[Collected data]

----------------

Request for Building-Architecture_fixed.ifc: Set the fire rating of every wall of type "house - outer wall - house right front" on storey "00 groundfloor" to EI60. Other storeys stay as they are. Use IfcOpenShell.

First a look at what the model holds.

```python
import ifcopenshell
import ifcopenshell.util.element

model = ifcopenshell.open("Building-Architecture_fixed.ifc")
print(model.schema)
storey = next(s for s in model.by_type("IfcBuildingStorey") if s.Name == "00 groundfloor")
walls = [e for e in ifcopenshell.util.element.get_decomposition(storey) if e.is_a("IfcWall")]
seen = {}
for e in walls:
    element_type = ifcopenshell.util.element.get_type(e)
    key = (element_type.Name if element_type != e and element_type else None, ifcopenshell.util.element.get_pset(e, "Pset_WallCommon", "FireRating"))
    seen[key] = seen.get(key, 0) + 1
for (name, value), count in sorted(seen.items(), key=str):
    print(count, "x", name, "|", value)
```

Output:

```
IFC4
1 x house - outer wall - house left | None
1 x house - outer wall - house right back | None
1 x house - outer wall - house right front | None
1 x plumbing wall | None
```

```python
import ifcopenshell
import ifcopenshell.api.pset
import ifcopenshell.util.element

model = ifcopenshell.open("Building-Architecture_fixed.ifc")

storey = next(s for s in model.by_type("IfcBuildingStorey") if s.Name == "00 groundfloor")
walls = [e for e in ifcopenshell.util.element.get_decomposition(storey) if e.is_a("IfcWall")]

count = 0
for e in walls:
    element_type = ifcopenshell.util.element.get_type(e)
    if element_type in (None, e) or element_type.Name != "house - outer wall - house right front":
        continue
    # add_pset returns the element's existing set when there is one.
    pset = ifcopenshell.api.pset.add_pset(model, product=e, name="Pset_WallCommon")
    ifcopenshell.api.pset.edit_pset(model, pset=pset, properties={"FireRating": "EI60"})
    count += 1

print(count, "walls updated")

model.write("Building-Architecture_fixed_updated.ifc")
```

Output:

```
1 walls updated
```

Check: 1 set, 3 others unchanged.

----------------

Reproduce every record above exactly.

Request for Building-Architecture_fixed.ifc: Set the fire rating of every wall of type "house - outer wall - house right front" on storey "00 groundfloor" to EI60. Other storeys stay as they are. Use IfcOpenShell.

First a look at what the model holds.

```python
import ifcopenshell
import ifcopenshell.util.element

model = ifcopenshell.open("Building-Architecture_fixed.ifc")
print(model.schema)
storey = next(s for s in model.by_type("IfcBuildingStorey") if s.Name == "00 groundfloor")
walls = [e for e in ifcopenshell.util.element.get_decomposition(storey) if e.is_a("IfcWall")]
seen = {}
for e in walls:
    element_type = ifcopenshell.util.element.get_type(e)
    key = (element_type.Name if element_type != e and element_type else None, ifcopenshell.util.element.get_pset(e, "Pset_WallCommon", "FireRating"))
    seen[key] = seen.get(key, 0) + 1
for (name, value), count in sorted(seen.items(), key=str):
    print(count, "x", name, "|", value)
```

Output:

```
IFC4
1 x house - outer wall - house left | None
1 x house - outer wall - house right back | None
1 x house - outer wall - house right front | None
1 x plumbing wall | None
```

```python
import ifcopenshell
import ifcopenshell.api.pset
import ifcopenshell.util.element

model = ifcopenshell.open("Building-Architecture_fixed.ifc")

storey = next(s for s in model.by_type("IfcBuildingStorey") if s.Name == "00 groundfloor")
walls = [e for e in ifcopenshell.util.element.get_decomposition(storey) if e.is_a("IfcWall")]

count = 0
for e in walls:
    element_type = ifcopenshell.util.element.get_type(e)
    if element_type in (None, e) or element_type.Name != "house - outer wall - house right front":
        continue
    # add_pset returns the element's existing set when there is one.
    pset = ifcopenshell.api.pset.add_pset(model, product=e, name="Pset_WallCommon")
    ifcopenshell.api.pset.edit_pset(model, pset=pset, properties={"FireRating": "EI60"})
    count += 1

print(count, "walls updated")

model.write("Building-Architecture_fixed_updated.ifc")
```

Output:

```
1 walls updated
```

Check: 1 set, 3 others unchanged.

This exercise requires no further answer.